A research framework called VERITAS improves how AI systems search for formal mathematical proofs - by actually reading the errors they generate.
Most large-language-model-based provers treat a verifier's output as binary: the proof either passed or it failed. VERITAS, presented in a new paper, takes a different approach. It runs a two-phase protocol: first, Best-of-N sampling generates candidate proofs; then a critic-guided tree search uses the Phase 1 failures as explicit negative examples to steer further exploration. The result on the standard miniF2F benchmark is 40.6% accuracy, compared to 36.9% for a standalone Best-of-5 baseline and 26.2% for a portfolio approach. On a new 55-theorem combinatorics benchmark the team calls VERITAS-CombiBench, the gap is more dramatic - unguided sampling scored only 1.8% while VERITAS reached 7.3%, suggesting that brute-force generation actively hurts when finding the right lemma names requires iterating on verifier feedback.

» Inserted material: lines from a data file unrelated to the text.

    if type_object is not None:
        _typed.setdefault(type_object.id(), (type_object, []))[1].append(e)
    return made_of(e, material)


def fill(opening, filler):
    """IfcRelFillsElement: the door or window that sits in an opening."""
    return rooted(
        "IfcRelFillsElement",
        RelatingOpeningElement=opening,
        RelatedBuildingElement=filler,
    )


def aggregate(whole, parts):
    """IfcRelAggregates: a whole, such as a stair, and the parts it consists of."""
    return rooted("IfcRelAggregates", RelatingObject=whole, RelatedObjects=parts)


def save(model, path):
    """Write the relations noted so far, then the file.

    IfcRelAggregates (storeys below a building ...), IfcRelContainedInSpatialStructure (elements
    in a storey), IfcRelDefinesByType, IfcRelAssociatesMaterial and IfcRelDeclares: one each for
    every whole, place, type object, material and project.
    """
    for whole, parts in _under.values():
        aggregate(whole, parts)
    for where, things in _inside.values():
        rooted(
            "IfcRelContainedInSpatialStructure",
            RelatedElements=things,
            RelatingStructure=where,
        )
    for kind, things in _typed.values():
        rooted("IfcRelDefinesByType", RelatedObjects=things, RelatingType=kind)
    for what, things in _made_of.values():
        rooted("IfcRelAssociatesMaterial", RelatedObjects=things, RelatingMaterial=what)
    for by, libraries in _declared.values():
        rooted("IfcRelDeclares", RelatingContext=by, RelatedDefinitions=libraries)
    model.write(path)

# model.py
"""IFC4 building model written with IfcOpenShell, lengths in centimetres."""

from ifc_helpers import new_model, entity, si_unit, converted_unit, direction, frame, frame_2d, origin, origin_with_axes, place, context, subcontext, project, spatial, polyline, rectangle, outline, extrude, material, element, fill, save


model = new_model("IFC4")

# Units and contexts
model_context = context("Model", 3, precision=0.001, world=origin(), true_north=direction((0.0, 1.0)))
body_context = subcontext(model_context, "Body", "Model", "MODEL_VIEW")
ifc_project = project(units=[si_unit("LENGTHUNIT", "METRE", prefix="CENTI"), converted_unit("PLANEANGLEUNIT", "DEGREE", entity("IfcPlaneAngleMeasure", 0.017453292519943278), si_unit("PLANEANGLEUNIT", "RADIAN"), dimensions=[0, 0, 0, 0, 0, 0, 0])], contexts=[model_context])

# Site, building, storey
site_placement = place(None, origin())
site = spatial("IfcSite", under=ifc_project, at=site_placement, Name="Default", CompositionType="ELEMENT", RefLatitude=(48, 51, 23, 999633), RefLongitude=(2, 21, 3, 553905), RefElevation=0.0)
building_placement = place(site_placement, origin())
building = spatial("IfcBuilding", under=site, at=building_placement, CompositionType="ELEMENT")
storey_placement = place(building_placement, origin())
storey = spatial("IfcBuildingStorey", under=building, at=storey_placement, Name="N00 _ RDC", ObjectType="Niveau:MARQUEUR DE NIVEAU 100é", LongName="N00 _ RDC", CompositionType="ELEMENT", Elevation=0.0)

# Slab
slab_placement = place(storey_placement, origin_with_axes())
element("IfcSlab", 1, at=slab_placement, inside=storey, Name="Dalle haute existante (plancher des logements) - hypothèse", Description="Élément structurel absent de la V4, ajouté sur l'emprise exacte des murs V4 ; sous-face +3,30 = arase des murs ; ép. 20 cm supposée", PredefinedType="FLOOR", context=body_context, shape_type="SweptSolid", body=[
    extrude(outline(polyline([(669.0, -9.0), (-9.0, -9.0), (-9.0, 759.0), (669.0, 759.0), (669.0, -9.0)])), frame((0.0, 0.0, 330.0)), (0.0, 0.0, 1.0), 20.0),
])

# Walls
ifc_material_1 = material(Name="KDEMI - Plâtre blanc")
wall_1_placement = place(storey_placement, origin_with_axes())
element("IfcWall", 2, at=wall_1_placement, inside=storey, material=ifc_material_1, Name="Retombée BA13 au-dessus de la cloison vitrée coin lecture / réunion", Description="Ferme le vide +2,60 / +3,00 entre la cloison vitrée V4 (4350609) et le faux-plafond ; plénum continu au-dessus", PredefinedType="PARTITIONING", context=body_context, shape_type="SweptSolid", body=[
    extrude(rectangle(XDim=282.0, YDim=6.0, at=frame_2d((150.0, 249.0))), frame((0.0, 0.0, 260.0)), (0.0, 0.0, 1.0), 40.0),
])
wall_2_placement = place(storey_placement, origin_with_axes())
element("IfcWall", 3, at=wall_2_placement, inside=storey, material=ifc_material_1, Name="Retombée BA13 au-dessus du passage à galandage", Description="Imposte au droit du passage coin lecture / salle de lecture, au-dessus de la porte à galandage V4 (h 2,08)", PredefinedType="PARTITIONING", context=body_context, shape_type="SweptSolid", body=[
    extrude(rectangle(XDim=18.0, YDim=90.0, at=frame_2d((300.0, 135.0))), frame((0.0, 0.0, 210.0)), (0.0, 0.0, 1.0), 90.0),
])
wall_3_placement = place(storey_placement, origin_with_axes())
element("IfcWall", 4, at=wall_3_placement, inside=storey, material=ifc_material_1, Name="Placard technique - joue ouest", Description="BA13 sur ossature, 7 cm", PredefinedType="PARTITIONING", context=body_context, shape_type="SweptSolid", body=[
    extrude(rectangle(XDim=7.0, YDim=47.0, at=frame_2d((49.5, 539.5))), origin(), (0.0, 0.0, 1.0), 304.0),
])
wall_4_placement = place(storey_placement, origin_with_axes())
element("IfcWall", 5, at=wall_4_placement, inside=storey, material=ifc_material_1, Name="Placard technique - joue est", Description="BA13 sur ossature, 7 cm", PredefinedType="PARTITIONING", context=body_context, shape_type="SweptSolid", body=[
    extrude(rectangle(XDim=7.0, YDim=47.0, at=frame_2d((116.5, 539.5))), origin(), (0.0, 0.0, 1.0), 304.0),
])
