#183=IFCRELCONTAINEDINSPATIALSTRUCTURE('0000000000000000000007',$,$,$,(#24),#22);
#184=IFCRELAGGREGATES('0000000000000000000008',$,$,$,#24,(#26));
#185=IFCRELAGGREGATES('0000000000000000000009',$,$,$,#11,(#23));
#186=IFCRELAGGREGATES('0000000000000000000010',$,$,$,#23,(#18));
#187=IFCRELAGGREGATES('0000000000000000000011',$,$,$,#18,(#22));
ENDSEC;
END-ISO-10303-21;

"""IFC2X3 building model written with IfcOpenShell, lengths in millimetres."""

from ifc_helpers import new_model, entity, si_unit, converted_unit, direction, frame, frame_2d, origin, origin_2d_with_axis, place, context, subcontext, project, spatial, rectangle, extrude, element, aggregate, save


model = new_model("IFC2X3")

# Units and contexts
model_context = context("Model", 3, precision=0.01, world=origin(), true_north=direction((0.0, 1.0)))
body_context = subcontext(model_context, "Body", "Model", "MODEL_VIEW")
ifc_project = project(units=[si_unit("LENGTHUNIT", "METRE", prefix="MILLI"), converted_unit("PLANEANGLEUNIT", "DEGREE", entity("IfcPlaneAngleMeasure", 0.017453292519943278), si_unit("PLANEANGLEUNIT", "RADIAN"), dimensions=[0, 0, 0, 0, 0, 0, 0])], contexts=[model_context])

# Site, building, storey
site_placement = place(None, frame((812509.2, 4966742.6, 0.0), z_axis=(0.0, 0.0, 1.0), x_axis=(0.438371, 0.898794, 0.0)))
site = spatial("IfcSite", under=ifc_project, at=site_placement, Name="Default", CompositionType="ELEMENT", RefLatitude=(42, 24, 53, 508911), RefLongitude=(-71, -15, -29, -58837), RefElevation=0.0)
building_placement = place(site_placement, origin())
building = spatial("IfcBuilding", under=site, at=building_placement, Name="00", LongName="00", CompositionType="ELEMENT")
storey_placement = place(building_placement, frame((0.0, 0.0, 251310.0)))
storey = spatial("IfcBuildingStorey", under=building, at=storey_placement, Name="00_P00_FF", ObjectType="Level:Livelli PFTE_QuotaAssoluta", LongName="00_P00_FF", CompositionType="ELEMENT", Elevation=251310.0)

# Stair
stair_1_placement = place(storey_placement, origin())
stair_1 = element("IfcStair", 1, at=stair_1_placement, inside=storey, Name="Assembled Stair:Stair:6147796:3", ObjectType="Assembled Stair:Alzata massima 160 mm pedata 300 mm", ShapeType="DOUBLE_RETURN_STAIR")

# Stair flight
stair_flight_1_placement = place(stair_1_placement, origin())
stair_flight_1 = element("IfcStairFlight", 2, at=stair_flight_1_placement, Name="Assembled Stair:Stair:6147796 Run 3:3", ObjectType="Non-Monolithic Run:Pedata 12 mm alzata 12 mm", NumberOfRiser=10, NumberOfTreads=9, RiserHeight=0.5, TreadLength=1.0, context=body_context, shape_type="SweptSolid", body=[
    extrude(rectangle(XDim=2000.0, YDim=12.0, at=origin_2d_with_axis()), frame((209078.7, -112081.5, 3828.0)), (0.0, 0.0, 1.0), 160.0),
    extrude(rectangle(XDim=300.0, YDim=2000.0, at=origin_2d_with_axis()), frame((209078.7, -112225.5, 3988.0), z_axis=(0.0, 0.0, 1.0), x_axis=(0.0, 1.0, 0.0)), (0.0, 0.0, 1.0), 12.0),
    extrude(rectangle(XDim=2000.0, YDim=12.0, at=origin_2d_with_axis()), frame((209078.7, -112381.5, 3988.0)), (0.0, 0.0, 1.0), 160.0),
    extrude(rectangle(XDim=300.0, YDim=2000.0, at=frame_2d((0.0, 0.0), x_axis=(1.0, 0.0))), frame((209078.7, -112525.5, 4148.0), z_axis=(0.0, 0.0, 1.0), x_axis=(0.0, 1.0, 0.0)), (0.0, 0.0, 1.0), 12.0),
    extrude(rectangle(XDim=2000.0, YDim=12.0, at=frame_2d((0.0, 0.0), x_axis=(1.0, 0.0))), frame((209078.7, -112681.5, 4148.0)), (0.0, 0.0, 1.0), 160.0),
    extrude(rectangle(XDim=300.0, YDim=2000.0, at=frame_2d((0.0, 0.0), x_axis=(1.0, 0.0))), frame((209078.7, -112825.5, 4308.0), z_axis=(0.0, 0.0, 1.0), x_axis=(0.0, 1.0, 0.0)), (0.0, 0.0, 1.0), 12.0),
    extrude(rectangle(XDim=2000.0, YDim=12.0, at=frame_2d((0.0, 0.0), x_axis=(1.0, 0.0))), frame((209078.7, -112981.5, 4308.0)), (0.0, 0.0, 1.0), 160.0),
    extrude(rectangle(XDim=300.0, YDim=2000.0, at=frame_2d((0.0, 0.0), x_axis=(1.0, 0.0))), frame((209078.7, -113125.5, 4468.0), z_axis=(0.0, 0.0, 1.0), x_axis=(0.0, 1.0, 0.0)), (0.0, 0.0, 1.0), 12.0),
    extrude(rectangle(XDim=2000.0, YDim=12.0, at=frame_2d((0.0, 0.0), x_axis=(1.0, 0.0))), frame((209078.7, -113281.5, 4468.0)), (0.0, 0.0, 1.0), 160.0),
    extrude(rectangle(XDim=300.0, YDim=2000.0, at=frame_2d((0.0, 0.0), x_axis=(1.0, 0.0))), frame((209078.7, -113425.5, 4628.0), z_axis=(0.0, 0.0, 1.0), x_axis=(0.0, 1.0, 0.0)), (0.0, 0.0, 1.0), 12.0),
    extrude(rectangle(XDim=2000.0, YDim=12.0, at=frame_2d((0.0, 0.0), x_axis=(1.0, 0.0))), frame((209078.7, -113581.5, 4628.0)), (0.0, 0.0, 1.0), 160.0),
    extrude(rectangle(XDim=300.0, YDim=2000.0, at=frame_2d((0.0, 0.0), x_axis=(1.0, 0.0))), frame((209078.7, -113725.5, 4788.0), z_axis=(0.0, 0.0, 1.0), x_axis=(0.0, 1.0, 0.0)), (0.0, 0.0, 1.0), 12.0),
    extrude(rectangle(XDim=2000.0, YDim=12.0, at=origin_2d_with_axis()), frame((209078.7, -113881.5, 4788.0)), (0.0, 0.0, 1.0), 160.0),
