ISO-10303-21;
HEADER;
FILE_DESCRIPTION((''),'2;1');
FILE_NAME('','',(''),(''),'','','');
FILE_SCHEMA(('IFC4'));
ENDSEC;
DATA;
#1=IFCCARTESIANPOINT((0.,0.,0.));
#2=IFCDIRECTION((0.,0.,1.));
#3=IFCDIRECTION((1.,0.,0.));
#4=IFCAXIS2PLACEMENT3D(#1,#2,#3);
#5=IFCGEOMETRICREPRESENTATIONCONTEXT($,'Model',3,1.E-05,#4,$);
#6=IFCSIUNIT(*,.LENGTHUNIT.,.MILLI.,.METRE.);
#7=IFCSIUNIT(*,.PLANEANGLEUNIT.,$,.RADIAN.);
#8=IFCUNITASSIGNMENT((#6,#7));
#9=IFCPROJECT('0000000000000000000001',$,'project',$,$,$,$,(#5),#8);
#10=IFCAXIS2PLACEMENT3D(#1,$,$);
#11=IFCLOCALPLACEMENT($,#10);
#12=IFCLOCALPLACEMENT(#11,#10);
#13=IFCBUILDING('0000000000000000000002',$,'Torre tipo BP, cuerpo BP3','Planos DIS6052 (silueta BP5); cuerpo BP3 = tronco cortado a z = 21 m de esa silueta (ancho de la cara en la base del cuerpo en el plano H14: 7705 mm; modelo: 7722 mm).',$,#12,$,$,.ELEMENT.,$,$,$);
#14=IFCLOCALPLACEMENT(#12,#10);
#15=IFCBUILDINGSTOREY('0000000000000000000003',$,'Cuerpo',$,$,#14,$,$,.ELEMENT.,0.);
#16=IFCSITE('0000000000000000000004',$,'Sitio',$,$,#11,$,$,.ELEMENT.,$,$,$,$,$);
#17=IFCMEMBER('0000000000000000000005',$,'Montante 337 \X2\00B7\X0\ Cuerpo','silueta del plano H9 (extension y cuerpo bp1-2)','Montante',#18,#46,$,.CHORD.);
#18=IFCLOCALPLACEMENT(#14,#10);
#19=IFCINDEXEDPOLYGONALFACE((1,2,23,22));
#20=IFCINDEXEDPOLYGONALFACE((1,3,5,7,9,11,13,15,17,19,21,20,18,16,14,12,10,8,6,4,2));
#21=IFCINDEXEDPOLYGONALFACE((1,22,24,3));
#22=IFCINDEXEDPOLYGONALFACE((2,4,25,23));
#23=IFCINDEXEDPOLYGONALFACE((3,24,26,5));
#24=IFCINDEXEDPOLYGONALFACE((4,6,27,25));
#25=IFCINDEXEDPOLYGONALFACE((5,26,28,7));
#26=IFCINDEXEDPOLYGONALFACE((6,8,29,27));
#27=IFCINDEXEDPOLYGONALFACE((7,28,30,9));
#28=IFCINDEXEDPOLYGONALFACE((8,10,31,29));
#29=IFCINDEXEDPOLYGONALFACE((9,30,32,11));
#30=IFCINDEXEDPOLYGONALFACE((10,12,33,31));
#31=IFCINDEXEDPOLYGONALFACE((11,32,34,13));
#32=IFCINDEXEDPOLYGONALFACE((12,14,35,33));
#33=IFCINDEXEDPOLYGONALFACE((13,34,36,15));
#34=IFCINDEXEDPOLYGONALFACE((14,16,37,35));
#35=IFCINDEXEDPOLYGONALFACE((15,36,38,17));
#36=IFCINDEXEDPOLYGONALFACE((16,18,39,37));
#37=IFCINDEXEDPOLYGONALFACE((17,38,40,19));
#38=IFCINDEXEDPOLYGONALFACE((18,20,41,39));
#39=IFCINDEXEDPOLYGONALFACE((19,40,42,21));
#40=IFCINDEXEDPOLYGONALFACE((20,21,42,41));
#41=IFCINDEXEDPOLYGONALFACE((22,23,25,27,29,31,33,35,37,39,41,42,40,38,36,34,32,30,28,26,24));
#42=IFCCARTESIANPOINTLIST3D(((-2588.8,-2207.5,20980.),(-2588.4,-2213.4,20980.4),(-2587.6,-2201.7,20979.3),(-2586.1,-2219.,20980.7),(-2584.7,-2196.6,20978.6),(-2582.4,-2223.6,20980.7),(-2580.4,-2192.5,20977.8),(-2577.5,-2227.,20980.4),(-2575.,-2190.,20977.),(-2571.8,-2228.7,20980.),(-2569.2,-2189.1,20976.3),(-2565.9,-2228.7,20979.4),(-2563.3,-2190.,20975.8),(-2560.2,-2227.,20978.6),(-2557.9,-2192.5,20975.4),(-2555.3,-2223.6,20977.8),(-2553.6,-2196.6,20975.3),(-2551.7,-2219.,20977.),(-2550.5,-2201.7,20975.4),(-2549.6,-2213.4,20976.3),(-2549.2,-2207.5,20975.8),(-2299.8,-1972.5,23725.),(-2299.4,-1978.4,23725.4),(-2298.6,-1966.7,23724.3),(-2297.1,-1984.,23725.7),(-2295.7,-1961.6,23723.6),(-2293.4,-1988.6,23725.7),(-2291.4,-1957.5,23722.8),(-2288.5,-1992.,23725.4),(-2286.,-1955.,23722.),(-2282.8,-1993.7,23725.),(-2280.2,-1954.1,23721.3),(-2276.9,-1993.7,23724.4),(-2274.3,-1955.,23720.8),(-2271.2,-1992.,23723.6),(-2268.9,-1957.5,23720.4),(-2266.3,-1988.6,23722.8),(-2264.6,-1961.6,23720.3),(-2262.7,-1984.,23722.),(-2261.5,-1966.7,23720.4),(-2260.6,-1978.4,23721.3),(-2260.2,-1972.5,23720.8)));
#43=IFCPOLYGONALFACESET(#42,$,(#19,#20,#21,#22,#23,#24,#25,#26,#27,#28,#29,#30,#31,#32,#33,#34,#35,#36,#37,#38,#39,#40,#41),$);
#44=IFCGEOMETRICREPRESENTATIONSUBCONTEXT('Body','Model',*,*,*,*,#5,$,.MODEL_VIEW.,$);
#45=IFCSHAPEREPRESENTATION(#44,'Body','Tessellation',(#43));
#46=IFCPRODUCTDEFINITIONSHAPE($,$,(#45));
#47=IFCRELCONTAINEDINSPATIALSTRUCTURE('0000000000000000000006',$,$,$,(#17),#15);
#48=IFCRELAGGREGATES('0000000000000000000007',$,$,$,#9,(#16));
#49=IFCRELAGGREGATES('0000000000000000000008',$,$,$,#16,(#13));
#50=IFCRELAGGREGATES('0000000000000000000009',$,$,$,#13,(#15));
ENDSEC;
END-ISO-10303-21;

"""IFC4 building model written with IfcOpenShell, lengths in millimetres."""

from ifc_helpers import new_model, si_unit, frame, origin, origin_with_axes, place, context, subcontext, project, spatial, circle, extrude, element, save


model = new_model("IFC4")

# Units and contexts
model_context = context("Model", 3, precision=1e-05, world=origin_with_axes())
body_context = subcontext(model_context, "Body", "Model", "MODEL_VIEW")
ifc_project = project(units=[si_unit("LENGTHUNIT", "METRE", prefix="MILLI"), si_unit("PLANEANGLEUNIT", "RADIAN")], contexts=[model_context])

# Site, building, storey
site_placement = place(None, origin())
site = spatial("IfcSite", under=ifc_project, at=site_placement, Name="Sitio", CompositionType="ELEMENT")
building_placement = place(site_placement, origin())
building = spatial("IfcBuilding", under=site, at=building_placement, Name="Torre tipo BP, cuerpo BP3", Description="Planos DIS6052 (silueta BP5); cuerpo BP3 = tronco cortado a z = 21 m de esa silueta (ancho de la cara en la base del cuerpo en el plano H14: 7705 mm; modelo: 7722 mm).", CompositionType="ELEMENT")
storey_placement = place(building_placement, origin())
storey = spatial("IfcBuildingStorey", under=building, at=storey_placement, Name="Cuerpo", CompositionType="ELEMENT", Elevation=0.0)

# Member
member_1_placement = place(storey_placement, frame((-2280.0, -1974.0, 23723.0), z_axis=(-0.104326, -0.084833, -0.990918), x_axis=(-0.008882, 0.996395, -0.084366)))
element("IfcMember", 1, at=member_1_placement, inside=storey, Name="Montante 337 · Cuerpo", Description="silueta del plano H9 (extension y cuerpo bp1-2)", ObjectType="Montante", PredefinedType="CHORD", context=body_context, shape_type="SweptSolid", body=[
    extrude(circle(Radius=20.0), None, (0.0, 0.0, 1.0), 2770.2),
])

save(model, "model.ifc")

Formal theorem proving is one of the cleaner tests of whether a model actually reasons or just pattern-matches. Progress here matters because verified proofs carry mathematical certainty that no amount of confident text generation can fake. The combinatorics result is the more interesting data point: it shows that throwing more samples at a hard problem can make things worse, not just plateau.
The framework is zero-shot, meaning it requires no task-specific fine-tuning - a practical detail that distinguishes it from prior work that leans on training-time specialization. Whether VERITAS holds up across broader benchmark suites beyond miniF2F and its own combinatorics set is the obvious next question.